Lo que parece haber quedado atrás es el fantasma militarista, y ello es muy relevante. No han desaparecido, en cambio, los rescoldos de la época de violencia. Como decía Talleyrand, "la fuerza pasa, pero los odios que engendra son permanen-tes", y de allí que en todos nuestros países reaparecen ramalazos de reclamos, juicios o ajustes de cuentas. No tienen ya, sin embargo, el poder desestabilizador de otro tiempo. Las preocupaciones, por el contrario, vienen por el desprestigio de la política, la poca fe en los partidos políticos y, como consecuencia, el avance de populismos irracionales y caceroleos que se arrogan un rol decisorio.
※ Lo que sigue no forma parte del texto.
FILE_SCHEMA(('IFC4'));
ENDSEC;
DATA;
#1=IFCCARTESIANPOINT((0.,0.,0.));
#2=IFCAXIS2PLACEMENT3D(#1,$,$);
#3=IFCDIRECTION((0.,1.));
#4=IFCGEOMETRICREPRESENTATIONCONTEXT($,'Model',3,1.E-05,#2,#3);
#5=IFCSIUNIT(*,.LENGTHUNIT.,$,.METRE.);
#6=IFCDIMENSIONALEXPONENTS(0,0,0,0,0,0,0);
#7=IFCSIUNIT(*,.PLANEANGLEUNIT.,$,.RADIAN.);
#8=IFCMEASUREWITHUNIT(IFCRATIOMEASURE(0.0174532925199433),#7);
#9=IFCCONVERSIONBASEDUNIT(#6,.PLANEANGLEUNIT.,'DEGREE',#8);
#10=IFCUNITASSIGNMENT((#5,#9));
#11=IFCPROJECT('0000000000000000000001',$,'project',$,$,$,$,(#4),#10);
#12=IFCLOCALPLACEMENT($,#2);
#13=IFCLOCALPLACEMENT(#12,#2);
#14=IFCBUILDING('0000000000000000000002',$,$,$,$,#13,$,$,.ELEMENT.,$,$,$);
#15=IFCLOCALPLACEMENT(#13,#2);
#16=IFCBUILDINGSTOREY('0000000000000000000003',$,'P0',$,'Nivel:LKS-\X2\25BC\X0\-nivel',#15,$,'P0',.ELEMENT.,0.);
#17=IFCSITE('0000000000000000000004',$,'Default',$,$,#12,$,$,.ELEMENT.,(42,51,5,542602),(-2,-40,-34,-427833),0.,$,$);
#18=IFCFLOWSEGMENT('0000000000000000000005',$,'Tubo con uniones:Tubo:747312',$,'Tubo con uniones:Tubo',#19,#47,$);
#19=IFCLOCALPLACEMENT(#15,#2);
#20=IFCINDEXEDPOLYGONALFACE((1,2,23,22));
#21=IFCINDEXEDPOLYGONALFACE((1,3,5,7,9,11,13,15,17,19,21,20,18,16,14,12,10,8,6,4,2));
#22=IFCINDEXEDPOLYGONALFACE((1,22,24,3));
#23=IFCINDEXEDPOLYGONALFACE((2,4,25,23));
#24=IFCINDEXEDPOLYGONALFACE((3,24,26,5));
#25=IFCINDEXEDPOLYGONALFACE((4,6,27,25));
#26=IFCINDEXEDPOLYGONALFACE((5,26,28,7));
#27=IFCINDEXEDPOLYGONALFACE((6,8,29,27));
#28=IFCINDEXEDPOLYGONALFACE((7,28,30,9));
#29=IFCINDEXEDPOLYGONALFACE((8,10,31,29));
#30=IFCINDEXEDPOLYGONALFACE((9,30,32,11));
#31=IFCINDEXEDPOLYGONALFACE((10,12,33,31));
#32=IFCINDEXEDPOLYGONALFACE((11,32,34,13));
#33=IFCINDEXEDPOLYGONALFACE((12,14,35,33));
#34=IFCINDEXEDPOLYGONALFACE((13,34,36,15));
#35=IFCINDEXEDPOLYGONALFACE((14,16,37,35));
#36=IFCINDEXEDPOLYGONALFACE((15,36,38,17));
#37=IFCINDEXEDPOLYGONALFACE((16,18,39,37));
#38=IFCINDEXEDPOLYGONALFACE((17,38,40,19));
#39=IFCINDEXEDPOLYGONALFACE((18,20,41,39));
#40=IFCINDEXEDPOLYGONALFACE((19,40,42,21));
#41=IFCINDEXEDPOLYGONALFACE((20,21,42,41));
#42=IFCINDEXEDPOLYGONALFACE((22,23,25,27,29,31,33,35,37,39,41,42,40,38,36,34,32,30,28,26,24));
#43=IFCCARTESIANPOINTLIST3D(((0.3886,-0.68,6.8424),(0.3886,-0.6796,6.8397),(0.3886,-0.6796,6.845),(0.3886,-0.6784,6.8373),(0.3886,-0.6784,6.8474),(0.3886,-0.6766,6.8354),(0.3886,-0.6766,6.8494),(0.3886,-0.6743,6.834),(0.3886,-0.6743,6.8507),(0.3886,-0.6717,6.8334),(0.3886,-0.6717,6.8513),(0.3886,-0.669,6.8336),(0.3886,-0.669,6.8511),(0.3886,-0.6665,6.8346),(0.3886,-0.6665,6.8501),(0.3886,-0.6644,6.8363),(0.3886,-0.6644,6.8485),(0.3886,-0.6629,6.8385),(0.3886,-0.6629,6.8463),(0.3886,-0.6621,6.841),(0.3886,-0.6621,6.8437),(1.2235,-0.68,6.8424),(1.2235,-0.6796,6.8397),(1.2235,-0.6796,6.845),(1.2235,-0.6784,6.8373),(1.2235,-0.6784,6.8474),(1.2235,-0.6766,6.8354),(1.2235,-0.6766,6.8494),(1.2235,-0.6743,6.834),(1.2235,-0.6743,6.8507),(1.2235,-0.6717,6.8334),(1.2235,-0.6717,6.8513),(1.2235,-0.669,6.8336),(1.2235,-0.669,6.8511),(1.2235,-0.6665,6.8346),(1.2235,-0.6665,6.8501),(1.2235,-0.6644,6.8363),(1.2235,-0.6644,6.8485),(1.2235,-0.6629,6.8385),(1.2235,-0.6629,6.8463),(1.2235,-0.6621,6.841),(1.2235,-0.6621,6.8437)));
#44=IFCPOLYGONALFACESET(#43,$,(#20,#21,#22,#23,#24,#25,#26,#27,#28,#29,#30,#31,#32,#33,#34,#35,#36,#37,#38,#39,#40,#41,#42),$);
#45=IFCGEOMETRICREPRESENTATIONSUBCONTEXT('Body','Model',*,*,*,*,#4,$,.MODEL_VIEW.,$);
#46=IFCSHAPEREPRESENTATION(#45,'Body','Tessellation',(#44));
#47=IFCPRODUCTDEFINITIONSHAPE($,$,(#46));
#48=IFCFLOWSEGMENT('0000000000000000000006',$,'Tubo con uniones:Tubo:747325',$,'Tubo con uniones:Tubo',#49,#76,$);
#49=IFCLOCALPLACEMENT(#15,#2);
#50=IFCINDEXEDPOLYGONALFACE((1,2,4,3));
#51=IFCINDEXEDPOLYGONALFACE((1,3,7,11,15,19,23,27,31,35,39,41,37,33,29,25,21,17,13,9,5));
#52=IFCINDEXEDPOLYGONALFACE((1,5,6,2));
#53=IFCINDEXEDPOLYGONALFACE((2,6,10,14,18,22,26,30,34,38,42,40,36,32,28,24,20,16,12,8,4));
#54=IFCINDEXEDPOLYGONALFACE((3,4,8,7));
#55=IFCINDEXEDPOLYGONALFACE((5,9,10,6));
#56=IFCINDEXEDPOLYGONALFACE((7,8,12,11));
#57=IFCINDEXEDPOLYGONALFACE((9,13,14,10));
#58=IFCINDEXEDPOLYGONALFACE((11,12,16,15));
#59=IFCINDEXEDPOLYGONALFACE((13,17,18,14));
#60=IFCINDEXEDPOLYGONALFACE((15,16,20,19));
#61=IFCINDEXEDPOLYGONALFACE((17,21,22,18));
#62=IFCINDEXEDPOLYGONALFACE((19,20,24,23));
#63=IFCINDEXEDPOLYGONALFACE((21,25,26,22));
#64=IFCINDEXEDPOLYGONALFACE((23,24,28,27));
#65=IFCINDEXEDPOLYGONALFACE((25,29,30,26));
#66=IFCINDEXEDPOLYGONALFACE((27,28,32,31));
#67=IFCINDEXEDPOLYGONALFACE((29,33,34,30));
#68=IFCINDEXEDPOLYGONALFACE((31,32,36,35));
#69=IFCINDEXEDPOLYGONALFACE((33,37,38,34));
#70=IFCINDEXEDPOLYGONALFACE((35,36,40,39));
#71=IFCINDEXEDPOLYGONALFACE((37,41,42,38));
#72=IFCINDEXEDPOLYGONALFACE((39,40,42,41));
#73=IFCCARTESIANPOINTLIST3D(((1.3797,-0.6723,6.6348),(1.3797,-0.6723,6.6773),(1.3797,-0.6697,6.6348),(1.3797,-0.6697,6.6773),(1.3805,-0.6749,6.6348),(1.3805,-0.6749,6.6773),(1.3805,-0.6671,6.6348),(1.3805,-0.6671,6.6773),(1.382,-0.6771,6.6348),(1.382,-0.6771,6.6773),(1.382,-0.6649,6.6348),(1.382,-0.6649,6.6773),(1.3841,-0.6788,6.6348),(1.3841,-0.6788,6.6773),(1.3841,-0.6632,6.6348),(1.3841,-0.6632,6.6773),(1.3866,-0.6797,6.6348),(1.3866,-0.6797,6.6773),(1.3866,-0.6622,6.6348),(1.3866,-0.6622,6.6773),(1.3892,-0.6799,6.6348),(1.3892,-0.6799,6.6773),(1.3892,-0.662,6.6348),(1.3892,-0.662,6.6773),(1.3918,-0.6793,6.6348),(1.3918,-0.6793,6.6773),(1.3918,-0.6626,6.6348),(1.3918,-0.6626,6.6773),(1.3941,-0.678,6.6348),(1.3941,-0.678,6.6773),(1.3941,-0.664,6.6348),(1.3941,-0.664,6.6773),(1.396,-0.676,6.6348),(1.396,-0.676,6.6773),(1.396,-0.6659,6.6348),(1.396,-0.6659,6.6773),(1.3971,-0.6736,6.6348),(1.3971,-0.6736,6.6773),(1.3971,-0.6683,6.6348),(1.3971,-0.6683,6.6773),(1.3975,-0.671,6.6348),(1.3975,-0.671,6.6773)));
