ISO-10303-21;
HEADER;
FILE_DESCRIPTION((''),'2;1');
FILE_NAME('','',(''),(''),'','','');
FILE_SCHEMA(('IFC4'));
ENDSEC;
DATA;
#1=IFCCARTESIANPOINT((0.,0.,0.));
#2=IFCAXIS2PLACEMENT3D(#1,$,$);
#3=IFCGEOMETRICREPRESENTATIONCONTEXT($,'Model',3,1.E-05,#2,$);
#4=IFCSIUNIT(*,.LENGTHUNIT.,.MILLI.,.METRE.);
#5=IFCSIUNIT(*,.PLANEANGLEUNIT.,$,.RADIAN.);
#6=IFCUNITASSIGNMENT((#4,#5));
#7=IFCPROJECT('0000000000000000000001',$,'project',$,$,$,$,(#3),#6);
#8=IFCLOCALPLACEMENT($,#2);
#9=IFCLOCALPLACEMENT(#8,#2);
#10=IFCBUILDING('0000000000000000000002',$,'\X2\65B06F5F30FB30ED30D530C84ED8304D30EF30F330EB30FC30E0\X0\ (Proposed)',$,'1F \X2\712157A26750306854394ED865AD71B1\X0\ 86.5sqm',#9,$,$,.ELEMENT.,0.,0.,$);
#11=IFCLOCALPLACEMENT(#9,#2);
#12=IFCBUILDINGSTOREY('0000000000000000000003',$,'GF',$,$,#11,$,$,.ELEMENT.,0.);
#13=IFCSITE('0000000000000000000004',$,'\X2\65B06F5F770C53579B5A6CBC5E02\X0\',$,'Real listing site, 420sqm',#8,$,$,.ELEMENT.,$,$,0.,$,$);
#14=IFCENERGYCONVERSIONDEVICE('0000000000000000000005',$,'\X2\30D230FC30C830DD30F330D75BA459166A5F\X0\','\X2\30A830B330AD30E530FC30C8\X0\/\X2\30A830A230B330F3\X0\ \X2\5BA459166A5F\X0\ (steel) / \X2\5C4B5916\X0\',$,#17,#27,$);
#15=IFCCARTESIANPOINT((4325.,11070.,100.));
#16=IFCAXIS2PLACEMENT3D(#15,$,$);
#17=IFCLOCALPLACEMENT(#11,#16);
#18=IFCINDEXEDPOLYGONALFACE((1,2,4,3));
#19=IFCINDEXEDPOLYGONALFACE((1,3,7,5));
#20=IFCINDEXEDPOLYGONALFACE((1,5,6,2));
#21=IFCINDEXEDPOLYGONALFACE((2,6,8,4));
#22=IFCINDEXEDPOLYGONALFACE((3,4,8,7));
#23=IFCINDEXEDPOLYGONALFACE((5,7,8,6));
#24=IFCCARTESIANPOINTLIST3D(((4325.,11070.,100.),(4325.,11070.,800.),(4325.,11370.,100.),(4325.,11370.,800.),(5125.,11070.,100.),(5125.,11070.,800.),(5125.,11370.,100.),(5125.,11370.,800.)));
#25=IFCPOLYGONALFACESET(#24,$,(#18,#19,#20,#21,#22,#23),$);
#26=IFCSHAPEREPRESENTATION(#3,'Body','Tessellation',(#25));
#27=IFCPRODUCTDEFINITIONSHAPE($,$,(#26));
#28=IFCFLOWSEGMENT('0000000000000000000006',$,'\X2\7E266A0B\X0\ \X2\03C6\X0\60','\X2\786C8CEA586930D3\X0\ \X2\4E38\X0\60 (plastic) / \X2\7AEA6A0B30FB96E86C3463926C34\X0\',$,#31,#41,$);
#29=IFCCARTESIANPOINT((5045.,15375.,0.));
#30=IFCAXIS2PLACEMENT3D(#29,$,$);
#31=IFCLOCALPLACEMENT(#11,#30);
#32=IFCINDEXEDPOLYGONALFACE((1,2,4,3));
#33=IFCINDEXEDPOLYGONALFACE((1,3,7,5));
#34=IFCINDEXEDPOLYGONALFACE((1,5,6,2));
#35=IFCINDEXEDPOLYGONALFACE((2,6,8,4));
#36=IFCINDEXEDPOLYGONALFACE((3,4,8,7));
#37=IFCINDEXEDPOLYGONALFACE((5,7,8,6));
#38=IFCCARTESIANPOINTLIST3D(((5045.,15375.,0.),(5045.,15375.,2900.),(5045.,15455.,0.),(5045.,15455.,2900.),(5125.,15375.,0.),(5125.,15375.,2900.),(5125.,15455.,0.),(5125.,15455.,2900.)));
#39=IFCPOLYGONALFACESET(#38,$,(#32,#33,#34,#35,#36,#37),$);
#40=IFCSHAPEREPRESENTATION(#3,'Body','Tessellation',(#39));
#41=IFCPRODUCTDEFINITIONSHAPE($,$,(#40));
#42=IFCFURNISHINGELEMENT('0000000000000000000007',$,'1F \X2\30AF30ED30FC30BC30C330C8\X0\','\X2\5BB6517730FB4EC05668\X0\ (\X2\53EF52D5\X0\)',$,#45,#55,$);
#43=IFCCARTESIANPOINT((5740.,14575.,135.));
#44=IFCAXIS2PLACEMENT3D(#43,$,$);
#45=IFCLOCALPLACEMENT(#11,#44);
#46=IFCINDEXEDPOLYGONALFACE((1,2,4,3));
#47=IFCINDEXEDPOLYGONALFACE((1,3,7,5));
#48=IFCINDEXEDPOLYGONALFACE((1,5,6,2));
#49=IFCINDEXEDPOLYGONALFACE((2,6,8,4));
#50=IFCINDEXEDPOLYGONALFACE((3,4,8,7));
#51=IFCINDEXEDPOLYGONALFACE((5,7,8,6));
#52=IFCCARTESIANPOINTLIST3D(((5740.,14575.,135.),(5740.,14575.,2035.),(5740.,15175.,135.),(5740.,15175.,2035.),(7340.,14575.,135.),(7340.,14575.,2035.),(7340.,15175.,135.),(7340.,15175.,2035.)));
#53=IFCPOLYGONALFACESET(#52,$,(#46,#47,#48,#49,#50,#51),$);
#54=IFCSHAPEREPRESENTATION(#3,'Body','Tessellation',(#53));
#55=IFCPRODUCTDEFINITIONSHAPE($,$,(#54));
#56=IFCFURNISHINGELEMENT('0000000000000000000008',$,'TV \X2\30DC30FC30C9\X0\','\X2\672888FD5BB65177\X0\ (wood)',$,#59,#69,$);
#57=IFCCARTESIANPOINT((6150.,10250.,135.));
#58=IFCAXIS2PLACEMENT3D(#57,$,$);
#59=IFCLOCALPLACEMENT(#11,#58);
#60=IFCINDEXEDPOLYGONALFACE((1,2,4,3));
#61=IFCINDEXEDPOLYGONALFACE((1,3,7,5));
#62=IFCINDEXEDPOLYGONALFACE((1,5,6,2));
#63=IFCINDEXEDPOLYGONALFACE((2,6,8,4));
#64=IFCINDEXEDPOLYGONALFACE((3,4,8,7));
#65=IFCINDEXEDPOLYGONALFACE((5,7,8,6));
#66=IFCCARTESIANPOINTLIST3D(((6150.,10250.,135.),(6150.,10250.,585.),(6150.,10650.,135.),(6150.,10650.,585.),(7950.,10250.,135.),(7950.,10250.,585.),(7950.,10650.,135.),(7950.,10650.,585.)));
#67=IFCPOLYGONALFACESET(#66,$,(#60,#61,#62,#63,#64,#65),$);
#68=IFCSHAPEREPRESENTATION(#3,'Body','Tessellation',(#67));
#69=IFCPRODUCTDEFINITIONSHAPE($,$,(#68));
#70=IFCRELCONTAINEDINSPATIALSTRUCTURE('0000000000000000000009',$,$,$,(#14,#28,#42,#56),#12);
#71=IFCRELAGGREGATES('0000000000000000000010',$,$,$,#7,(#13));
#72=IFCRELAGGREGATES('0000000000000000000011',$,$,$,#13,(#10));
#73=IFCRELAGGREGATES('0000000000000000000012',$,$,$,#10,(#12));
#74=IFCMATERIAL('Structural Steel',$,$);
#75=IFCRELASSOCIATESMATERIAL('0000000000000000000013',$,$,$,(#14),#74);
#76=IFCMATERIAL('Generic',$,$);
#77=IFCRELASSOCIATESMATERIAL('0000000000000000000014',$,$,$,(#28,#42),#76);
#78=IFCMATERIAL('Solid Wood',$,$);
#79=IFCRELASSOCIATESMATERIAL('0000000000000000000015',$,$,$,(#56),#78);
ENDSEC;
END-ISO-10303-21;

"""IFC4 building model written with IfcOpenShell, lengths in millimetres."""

from ifc_helpers import new_model, si_unit, frame, frame_2d, origin, place, context, project, spatial, rectangle, extrude, material, element, save


model = new_model("IFC4")

# Units and contexts
model_context = context("Model", 3, precision=1e-05, world=origin())
ifc_project = project(units=[si_unit("LENGTHUNIT", "METRE", prefix="MILLI"), si_unit("PLANEANGLEUNIT", "RADIAN")], contexts=[model_context])

# Site, building, storey
site_placement = place(None, origin())
site = spatial("IfcSite", under=ifc_project, at=site_placement, Name="新潟県南魚沼市", ObjectType="Real listing site, 420sqm", CompositionType="ELEMENT", RefElevation=0.0)
building_placement = place(site_placement, origin())
building = spatial("IfcBuilding", under=site, at=building_placement, Name="新潟・ロフト付きワンルーム (Proposed)", ObjectType="1F 無垢材と吹付断熱 86.5sqm", CompositionType="ELEMENT", ElevationOfRefHeight=0.0, ElevationOfTerrain=0.0)
storey_placement = place(building_placement, origin())
storey = spatial("IfcBuildingStorey", under=building, at=storey_placement, Name="GF", CompositionType="ELEMENT", Elevation=0.0)

# Shared definitions
ifc_material_1 = material(Name="Solid Wood")

# Shared definitions
ifc_material_2 = material(Name="Structural Steel")

# Shared definitions
ifc_material_3 = material(Name="Generic")

# Energy conversion device
energy_conversion_device_placement = place(storey_placement, frame((4325.0, 11070.0, 100.0)))
element("IfcEnergyConversionDevice", 1, at=energy_conversion_device_placement, inside=storey, material=ifc_material_2, Name="ヒートポンプ室外機", Description="エコキュート/エアコン 室外機 (steel) / 屋外", context=model_context, shape_type="SweptSolid", body=[
    extrude(rectangle(XDim=800.0, YDim=300.0, at=frame_2d((400.0, 150.0))), frame((4325.0, 11070.0, 100.0)), (0.0, 0.0, 1.0), 700.0),
])

# Flow segment
flow_segment_1_placement = place(storey_placement, frame((5045.0, 15375.0, 0.0)))
element("IfcFlowSegment", 2, at=flow_segment_1_placement, inside=storey, material=ifc_material_3, Name="縦樋 φ60", Description="硬質塩ビ 丸60 (plastic) / 竪樋・雨水排水", context=model_context, shape_type="SweptSolid", body=[
    extrude(rectangle(XDim=80.0, YDim=80.0, at=frame_2d((40.0, 40.0))), frame((5045.0, 15375.0, 0.0)), (0.0, 0.0, 1.0), 2900.0),
])

# Furnishing elements
furnishing_1_placement = place(storey_placement, frame((5740.0, 14575.0, 135.0)))
element("IfcFurnishingElement", 3, at=furnishing_1_placement, inside=storey, material=ifc_material_3, Name="1F クローゼット", Description="家具・什器 (可動)", context=model_context, shape_type="SweptSolid", body=[
    extrude(rectangle(XDim=1600.0, YDim=600.0, at=frame_2d((800.0, 300.0))), frame((5740.0, 14575.0, 135.0)), (0.0, 0.0, 1.0), 1900.0),
])
furnishing_2_placement = place(storey_placement, frame((6150.0, 10250.0, 135.0)))
element("IfcFurnishingElement", 4, at=furnishing_2_placement, inside=storey, material=ifc_material_1, Name="TV ボード", Description="木製家具 (wood)", context=model_context, shape_type="SweptSolid", body=[
    extrude(rectangle(XDim=1800.0, YDim=400.0, at=frame_2d((900.0, 200.0))), frame((6150.0, 10250.0, 135.0)), (0.0, 0.0, 1.0), 450.0),
])

save(model, "model.ifc")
Las desigualdades sociales siguen alimentando un recelo sobre las instituciones y es grande el porcentaje de ciudadanos que estaría dispuesto a aceptar un autoritarismo si su situación mejorara. La rebeldía de los sectores indígenas es fuerte en varios países y el narcotráfico, única potencia capaz de financiar la violencia, flota como un espíritu maligno detrás de muchos movimientos políticos y sociales. Pese a todo, ha salido del paisaje la amenaza del golpe de Estado, y la democracia, ayudada por un contexto internacional favorable, parece haber llegado, por fin, para quedarse. En una palabra, orteguianamente hablando, se ha "salvado" la "circunstancia", y, cuando se miran 20 años en perspectiva, queda claro que no han pasado en vano.
Julio María Sanguinetti fue presidente de Uruguay. Es abogado y periodista.